The rise of the Indian information technology industry is a remarkable economic success story. Software and services exports from India amounted to less than $100 million in 1990, and today come close to $100billion. But, as Dinesh Sharma explains in The Outsourcer, Indian IT's success has a long prehistory; it did not begin with software support, or with American firms' eager recruitment of cheap and plentiful programming labor, or with India's economic liberalization of the 1990s. The foundations of India's IT revolution were laid long ago, even before the country's independence from British rule in 1947, as leading Indian scientists established research institutes that became centers for the development of computer science and technology. The "miracle" of Indian IT is actually a story about the long work of converting skills and knowledge into capital and wealth. WithThe Outsourcer, Sharma offers the first comprehensive history of the forces that drove India's IT success.

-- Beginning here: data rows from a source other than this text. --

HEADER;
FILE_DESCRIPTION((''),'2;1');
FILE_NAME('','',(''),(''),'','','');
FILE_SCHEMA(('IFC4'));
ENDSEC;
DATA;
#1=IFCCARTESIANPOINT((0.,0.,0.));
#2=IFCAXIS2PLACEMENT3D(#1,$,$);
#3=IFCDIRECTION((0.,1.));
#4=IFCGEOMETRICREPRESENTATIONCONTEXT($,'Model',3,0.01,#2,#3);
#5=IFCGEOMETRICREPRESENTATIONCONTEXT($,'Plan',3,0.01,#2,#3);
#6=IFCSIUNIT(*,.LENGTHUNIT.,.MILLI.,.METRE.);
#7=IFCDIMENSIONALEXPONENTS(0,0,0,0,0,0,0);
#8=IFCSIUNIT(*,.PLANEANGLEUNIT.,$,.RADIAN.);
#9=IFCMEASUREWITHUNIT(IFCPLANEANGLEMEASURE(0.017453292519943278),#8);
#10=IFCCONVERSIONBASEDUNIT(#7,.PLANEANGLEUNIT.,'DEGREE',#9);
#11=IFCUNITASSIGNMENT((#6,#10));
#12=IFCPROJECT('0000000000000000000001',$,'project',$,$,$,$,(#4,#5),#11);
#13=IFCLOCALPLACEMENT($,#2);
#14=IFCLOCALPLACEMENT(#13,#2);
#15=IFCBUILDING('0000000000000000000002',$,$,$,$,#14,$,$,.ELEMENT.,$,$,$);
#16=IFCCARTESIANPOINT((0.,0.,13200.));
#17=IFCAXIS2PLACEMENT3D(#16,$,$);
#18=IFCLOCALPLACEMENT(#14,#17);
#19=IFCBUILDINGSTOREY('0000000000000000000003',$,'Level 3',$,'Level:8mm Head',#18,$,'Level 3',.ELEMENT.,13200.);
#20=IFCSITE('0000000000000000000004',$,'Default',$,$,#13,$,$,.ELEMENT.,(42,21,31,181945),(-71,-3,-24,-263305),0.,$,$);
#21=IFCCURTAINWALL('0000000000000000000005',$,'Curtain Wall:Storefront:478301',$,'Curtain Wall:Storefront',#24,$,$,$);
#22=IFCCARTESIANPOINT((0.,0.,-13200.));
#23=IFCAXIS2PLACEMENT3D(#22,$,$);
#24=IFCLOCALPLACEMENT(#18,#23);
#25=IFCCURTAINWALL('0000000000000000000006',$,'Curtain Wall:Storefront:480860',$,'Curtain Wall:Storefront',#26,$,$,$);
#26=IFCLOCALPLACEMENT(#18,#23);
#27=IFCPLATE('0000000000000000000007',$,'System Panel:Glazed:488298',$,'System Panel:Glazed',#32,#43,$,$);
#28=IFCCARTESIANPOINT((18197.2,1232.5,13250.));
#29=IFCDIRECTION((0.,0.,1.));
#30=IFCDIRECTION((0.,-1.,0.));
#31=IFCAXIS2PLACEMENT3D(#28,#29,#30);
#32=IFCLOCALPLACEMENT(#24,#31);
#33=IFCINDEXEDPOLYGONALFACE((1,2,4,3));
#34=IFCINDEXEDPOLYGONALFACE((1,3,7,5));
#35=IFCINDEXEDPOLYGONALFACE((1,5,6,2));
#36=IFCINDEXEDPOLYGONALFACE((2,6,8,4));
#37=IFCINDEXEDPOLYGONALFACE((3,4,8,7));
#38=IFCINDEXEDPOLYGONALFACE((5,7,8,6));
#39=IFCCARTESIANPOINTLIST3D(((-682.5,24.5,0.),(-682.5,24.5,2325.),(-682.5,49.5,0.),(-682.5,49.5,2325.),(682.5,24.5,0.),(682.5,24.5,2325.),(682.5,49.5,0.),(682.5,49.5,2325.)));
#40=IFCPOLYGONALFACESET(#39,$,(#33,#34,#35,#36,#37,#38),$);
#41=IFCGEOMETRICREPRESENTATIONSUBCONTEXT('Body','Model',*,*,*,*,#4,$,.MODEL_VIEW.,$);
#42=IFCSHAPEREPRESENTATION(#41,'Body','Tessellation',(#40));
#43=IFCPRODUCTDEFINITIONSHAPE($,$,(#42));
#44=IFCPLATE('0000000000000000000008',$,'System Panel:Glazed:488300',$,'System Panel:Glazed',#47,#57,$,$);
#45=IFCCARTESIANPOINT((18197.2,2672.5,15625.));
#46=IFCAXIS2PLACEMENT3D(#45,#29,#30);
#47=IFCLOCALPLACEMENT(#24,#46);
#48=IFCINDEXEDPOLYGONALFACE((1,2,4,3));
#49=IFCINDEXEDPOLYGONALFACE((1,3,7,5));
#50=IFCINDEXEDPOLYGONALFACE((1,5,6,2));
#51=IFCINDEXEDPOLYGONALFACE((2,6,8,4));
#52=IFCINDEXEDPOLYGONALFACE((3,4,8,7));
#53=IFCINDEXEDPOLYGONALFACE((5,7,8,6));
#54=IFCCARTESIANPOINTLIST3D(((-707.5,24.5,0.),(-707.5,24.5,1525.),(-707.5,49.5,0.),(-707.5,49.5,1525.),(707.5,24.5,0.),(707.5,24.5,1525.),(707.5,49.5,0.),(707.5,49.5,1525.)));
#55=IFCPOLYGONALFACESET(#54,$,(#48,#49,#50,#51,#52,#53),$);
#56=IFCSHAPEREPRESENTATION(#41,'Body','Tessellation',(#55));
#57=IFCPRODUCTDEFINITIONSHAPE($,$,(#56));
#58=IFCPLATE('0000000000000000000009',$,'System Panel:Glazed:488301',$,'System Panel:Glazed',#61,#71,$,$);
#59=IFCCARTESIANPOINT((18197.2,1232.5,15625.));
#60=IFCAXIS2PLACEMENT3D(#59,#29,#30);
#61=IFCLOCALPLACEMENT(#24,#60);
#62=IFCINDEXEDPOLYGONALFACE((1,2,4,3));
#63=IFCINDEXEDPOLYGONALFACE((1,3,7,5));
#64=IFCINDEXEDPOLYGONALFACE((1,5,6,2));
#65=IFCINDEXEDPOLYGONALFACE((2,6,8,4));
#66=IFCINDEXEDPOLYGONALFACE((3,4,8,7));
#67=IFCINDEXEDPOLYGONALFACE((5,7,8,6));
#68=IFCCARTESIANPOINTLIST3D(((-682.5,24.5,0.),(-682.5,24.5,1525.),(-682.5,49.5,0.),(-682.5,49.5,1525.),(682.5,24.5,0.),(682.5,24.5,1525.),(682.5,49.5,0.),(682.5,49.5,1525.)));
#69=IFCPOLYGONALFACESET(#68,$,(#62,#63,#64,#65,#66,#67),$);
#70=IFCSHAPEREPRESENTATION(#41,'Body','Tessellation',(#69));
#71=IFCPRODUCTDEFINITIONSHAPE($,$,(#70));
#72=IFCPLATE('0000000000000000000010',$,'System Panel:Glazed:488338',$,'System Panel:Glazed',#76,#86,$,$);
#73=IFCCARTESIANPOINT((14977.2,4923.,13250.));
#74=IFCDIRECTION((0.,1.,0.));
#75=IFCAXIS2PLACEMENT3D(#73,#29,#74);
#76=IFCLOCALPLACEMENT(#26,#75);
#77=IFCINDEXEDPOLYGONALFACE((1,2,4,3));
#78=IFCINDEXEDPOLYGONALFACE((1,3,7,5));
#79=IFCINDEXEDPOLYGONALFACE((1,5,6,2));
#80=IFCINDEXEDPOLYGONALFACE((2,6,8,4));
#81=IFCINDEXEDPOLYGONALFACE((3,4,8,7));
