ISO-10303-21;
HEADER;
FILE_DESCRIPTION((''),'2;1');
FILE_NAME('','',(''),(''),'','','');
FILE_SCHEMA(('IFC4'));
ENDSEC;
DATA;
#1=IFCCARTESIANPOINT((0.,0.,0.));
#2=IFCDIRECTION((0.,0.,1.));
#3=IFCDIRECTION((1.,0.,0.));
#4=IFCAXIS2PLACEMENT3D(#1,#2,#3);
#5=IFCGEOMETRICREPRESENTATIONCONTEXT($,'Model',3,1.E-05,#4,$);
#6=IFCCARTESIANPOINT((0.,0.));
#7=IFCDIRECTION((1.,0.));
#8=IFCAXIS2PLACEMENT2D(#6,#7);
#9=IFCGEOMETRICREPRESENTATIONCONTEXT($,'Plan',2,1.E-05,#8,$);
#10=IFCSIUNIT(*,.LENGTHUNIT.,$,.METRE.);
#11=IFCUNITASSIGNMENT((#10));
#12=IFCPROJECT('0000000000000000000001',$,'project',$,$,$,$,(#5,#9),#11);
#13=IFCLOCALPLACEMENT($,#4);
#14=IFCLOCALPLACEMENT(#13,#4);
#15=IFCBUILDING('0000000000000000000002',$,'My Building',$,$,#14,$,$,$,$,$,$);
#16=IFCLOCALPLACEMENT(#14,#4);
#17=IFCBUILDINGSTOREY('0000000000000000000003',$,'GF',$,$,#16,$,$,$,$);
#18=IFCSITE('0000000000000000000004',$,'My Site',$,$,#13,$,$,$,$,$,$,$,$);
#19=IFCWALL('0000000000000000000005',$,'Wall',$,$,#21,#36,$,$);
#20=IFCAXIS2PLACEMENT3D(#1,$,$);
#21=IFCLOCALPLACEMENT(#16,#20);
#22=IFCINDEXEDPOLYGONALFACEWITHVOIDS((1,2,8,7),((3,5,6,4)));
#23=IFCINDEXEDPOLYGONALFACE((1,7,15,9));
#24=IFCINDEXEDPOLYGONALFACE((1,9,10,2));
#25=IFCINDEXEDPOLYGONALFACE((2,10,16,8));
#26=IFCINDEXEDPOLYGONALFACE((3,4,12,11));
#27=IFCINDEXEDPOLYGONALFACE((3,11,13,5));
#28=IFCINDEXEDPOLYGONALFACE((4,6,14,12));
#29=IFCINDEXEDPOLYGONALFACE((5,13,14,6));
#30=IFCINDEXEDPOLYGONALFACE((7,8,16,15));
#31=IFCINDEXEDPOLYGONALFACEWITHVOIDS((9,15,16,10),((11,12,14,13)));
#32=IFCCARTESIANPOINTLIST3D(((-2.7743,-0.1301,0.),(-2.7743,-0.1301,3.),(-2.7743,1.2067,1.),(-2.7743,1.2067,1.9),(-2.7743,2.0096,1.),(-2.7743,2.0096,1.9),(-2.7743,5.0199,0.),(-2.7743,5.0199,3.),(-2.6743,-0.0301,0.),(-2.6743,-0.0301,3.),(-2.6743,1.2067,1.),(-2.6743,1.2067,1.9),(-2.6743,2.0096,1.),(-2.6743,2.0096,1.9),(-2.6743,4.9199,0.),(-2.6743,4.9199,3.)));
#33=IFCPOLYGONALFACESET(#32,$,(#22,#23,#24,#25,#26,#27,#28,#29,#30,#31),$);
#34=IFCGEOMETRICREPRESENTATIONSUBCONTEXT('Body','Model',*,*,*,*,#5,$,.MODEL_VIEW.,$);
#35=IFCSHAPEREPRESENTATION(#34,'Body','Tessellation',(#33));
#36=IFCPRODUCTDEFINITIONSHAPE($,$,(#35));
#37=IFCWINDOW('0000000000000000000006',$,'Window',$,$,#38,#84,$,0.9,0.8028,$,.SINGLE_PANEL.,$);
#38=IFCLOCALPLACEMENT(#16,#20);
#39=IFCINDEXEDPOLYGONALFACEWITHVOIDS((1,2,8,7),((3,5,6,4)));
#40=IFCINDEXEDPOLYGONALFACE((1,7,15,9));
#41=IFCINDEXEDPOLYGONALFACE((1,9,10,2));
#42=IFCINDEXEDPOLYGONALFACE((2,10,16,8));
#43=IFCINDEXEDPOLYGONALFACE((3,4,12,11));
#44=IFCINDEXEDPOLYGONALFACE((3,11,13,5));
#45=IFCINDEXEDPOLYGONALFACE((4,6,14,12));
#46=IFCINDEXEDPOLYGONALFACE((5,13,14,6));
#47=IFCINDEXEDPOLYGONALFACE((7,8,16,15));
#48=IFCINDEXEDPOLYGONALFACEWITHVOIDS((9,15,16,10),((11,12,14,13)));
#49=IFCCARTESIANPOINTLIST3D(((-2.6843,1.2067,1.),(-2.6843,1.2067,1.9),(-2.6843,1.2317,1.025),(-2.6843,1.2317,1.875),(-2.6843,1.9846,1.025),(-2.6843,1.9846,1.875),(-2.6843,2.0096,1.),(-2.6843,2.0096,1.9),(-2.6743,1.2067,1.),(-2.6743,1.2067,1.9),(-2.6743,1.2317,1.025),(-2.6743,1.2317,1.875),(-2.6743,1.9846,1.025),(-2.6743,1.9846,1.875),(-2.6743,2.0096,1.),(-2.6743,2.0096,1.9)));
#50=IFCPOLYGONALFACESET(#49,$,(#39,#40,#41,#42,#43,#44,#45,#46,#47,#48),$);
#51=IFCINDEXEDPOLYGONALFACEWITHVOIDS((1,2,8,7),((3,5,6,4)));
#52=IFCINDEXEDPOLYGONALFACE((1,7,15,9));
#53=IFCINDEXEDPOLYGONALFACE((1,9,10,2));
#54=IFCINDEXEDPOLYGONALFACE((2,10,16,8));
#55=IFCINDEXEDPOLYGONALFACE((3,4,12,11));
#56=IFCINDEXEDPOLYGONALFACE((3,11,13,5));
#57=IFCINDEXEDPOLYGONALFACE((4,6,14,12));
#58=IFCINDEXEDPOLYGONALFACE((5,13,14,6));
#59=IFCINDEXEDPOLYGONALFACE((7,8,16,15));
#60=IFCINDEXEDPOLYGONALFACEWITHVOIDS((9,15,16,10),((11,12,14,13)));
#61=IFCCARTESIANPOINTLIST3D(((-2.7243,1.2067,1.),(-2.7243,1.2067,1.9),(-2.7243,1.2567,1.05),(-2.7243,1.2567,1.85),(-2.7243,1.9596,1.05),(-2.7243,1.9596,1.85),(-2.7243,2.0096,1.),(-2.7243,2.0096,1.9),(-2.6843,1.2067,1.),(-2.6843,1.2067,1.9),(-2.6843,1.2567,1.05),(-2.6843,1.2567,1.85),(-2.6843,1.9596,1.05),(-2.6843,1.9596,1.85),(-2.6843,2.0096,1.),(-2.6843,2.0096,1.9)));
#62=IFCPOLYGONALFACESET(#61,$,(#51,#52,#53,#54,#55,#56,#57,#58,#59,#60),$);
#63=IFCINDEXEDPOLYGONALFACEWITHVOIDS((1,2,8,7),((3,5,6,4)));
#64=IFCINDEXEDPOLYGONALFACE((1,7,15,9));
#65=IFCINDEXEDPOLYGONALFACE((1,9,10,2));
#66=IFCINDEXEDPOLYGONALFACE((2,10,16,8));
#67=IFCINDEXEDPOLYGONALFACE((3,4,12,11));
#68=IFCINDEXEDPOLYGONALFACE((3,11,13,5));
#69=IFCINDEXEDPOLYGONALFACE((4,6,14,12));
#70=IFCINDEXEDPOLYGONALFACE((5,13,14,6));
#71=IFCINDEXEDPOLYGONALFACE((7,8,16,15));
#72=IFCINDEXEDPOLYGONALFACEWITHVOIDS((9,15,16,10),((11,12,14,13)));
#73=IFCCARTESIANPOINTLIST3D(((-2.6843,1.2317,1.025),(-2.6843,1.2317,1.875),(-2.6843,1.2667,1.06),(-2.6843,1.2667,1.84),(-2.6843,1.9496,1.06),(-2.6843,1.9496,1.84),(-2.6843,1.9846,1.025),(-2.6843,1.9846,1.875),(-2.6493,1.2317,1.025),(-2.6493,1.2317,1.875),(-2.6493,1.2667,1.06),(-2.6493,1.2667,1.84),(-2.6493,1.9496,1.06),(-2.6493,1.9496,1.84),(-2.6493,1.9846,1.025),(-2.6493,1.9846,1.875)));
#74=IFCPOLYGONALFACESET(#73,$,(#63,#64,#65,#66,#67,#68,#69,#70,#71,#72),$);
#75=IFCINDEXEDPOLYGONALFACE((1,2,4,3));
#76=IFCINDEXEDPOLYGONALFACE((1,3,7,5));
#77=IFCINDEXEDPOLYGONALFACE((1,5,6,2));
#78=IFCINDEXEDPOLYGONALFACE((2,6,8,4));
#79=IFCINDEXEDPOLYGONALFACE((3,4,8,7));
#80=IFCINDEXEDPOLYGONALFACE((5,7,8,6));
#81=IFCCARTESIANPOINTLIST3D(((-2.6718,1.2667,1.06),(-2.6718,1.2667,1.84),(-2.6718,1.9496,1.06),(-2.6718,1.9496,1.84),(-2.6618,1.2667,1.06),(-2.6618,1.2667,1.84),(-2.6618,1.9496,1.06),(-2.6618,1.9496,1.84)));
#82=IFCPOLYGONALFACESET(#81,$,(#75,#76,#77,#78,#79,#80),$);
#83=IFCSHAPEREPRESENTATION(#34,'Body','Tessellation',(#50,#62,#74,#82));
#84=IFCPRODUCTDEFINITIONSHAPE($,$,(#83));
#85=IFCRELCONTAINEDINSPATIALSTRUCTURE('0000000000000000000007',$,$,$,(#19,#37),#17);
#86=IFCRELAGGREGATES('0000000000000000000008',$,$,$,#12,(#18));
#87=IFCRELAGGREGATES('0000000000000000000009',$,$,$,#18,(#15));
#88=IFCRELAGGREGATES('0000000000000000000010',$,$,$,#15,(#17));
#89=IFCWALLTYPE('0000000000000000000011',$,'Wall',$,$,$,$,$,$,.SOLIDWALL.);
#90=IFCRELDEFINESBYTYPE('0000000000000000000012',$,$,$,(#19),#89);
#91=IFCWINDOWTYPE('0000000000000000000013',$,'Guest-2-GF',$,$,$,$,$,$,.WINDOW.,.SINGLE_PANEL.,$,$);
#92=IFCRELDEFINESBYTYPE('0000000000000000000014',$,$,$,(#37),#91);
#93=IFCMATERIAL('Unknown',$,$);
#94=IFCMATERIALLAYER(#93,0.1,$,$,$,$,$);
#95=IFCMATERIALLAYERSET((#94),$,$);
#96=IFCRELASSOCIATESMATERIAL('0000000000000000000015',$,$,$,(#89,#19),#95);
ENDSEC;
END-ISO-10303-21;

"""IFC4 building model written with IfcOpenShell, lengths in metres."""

from ifc_helpers import new_model, entity, si_unit, frame, origin_with_axes, origin_2d_with_axis, place, context, subcontext, project, spatial, line, indexed_curve, outline, extrude, shape, source, transform, mapped, material, layer, layer_set, layer_usage, type_object, type_shapes, element, fill, save


model = new_model("IFC4")

# Units and contexts
model_context = context("Model", 3, precision=1e-05, world=origin_with_axes())
plan_context = context("Plan", 2, precision=1e-05, world=origin_2d_with_axis())
body_context_1 = subcontext(model_context, "Body", "Model", "MODEL_VIEW")
body_context_2 = subcontext(plan_context, "Body", "Plan", "PLAN_VIEW")
ifc_project = project(units=[si_unit("LENGTHUNIT", "METRE")], contexts=[model_context, plan_context])

# Site, building, storey
site_placement = place(None, origin_with_axes())
site = spatial("IfcSite", under=ifc_project, at=site_placement, Name="My Site")
building_placement = place(site_placement, origin_with_axes())
building = spatial("IfcBuilding", under=site, at=building_placement, Name="My Building")
storey_placement = place(building_placement, origin_with_axes())
storey = spatial("IfcBuildingStorey", under=building, at=storey_placement, Name="GF")

# Shared definitions
ifc_material_1 = material(Name="Unknown")

# Shared definitions
ifc_layer_1 = layer(ifc_material_1, 0.1)
ifc_layer_set_1 = layer_set([ifc_layer_1])
wall_type = type_object("IfcWallType", Name="Wall", PredefinedType="SOLIDWALL", material=ifc_layer_set_1)

# Wall, opening, window
ifc_layer_usage_1 = layer_usage(ifc_layer_set_1, "AXIS2", "POSITIVE", 0.0)
wall_1_placement = place(storey_placement, frame((-2.7743, 5.0199, 0.0), z_axis=(0.0, 0.0, 1.0), x_axis=(0.0, -1.0, 0.0)))
wall_1 = element("IfcWall", 1, at=wall_1_placement, inside=storey, type_object=wall_type, material=ifc_layer_usage_1, Name="Wall", context=body_context_1, shape_type="SweptSolid", body=[
    extrude(outline(indexed_curve([(0.0, 0.0), (0.1, 0.1), (5.05, 0.1), (5.15, 0.0)], segments=[line(1, 2, 3, 4, 1)])), origin_with_axes(), (0.0, 0.0, 1.0), 3.0),
])
shared_shape_1 = source(origin_with_axes(), body_context_1, "Body", "SweptSolid", [
    extrude(outline(indexed_curve([(0.0, 0.0), (0.8028, 0.0), (0.8028, 0.9), (0.0, 0.9)], segments=[line(1, 2, 3, 4, 1)])), frame((0.0, -0.6, 0.0), z_axis=(0.0, -1.0, 0.0), x_axis=(1.0, 0.0, 0.0)), (0.0, 0.0, -1.0), 1.2),
])
opening_1_placement = place(wall_1_placement, frame((3.0103, 0.0, 1.0), z_axis=(0.0, 0.0, 1.0), x_axis=(1.0, 0.0, 0.0)))
opening_1 = element("IfcOpeningElement", 2, at=opening_1_placement, cuts=wall_1, PredefinedType="OPENING", context=body_context_1, shape_type="MappedRepresentation", body=[
    mapped(shared_shape_1, transform((0.0, 0.0, 0.0), x_axis=(1.0, 0.0, 0.0), y_axis=(0.0, 1.0, 0.0), z_axis=(0.0, 0.0, 1.0), scale=1.0)),
])
window_type_1 = type_object("IfcWindowType", Name="Guest-2-GF", PartitioningType="SINGLE_PANEL", PredefinedType="WINDOW")
shared_shape_2 = source(origin_with_axes(), body_context_1, "Body", "SweptSolid", [
    extrude(outline(indexed_curve([(0.0, 0.0), (0.8028, 0.0), (0.8028, 0.9), (0.0, 0.9)], segments=[line(1, 2, 3, 4, 1)]), holes=[indexed_curve([(0.025, 0.025), (0.7778, 0.025), (0.7778, 0.875), (0.025, 0.875)], segments=[line(1, 2, 3, 4, 1)])]), frame((0.0, 0.09, 0.0), z_axis=(0.0, -1.0, 0.0), x_axis=(1.0, 0.0, 0.0)), (0.0, 0.0, -1.0), 0.01),
    extrude(outline(indexed_curve([(0.0, 0.0), (0.8028, 0.0), (0.8028, 0.9), (0.0, 0.9)], segments=[line(1, 2, 3, 4, 1)]), holes=[indexed_curve([(0.05, 0.05), (0.7528, 0.05), (0.7528, 0.85), (0.05, 0.85)], segments=[line(1, 2, 3, 4, 1)])]), frame((0.0, 0.05, 0.0), z_axis=(0.0, -1.0, 0.0), x_axis=(1.0, 0.0, 0.0)), (0.0, 0.0, -1.0), 0.04),
    extrude(outline(indexed_curve([(0.0, 0.0), (0.7528, 0.0), (0.7528, 0.85), (0.0, 0.85)], segments=[line(1, 2, 3, 4, 1)]), holes=[indexed_curve([(0.035, 0.035), (0.7178, 0.035), (0.7178, 0.815), (0.035, 0.815)], segments=[line(1, 2, 3, 4, 1)])]), frame((0.025, 0.09, 0.025), z_axis=(0.0, -1.0, 0.0), x_axis=(1.0, 0.0, 0.0)), (0.0, 0.0, -1.0), 0.035),
    extrude(outline(indexed_curve([(0.035, 0.035), (0.7178, 0.035), (0.7178, 0.815), (0.035, 0.815)], segments=[line(1, 2, 3, 4, 1)])), frame((0.025, 0.1025, 0.025), z_axis=(0.0, -1.0, 0.0), x_axis=(1.0, 0.0, 0.0)), (0.0, 0.0, -1.0), 0.01),
])
shared_shape_3 = source(origin_with_axes(), body_context_2, "Body", "Curve2D", [
    entity("IfcIndexedPolyCurve", entity("IfcCartesianPointList2D", [[0.05, 0.05], [0.7528, 0.05]])),
    entity("IfcIndexedPolyCurve", entity("IfcCartesianPointList2D", [[0.0, 0.1], [0.025, 0.1], [0.025, 0.09], [0.05, 0.09], [0.05, 0.05], [0.0, 0.05]]), [entity("IfcLineIndex", [1, 2, 3, 4, 5, 6, 1])]),
    entity("IfcIndexedPolyCurve", entity("IfcCartesianPointList2D", [[0.8028, 0.1], [0.7778, 0.1], [0.7778, 0.09], [0.7528, 0.09], [0.7528, 0.05], [0.8028, 0.05]]), [entity("IfcLineIndex", [1, 2, 3, 4, 5, 6, 1])]),
    entity("IfcIndexedPolyCurve", entity("IfcCartesianPointList2D", [[0.025, 0.09], [0.06, 0.09], [0.06, 0.125], [0.025, 0.125]]), [entity("IfcLineIndex", [1, 2, 3, 4, 1])]),
    entity("IfcIndexedPolyCurve", entity("IfcCartesianPointList2D", [[0.7778, 0.09], [0.7428, 0.09], [0.7428, 0.125], [0.7778, 0.125]]), [entity("IfcLineIndex", [1, 2, 3, 4, 1])]),
    entity("IfcIndexedPolyCurve", entity("IfcCartesianPointList2D", [[0.06, 0.09], [0.7428, 0.09]])),
    entity("IfcIndexedPolyCurve", entity("IfcCartesianPointList2D", [[0.06, 0.125], [0.7428, 0.125]])),
    entity("IfcIndexedPolyCurve", entity("IfcCartesianPointList2D", [[0.06, 0.1075], [0.7428, 0.1075]])),
])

Sharma describes India's early development of computer technology, part of the country's efforts to achieve national self-sufficiency, and shows that excessive state control stifled IT industry growth before economic policy changed in 1991. He traces the rise and fall (and return) of IBM in India and the emergence of pioneering indigenous hardware and software firms. He describes the satellite communication links and state-sponsored, tax-free technology parks that made software-related outsourcing by foreign firms viable, and the tsunami of outsourcing operations at the beginning of the new millennium. It is the convergence of many factors, from the tradition of technical education to the rise of entrepreneurship to advances in communication technology, that have made the spectacular growth of India's IT industry possible.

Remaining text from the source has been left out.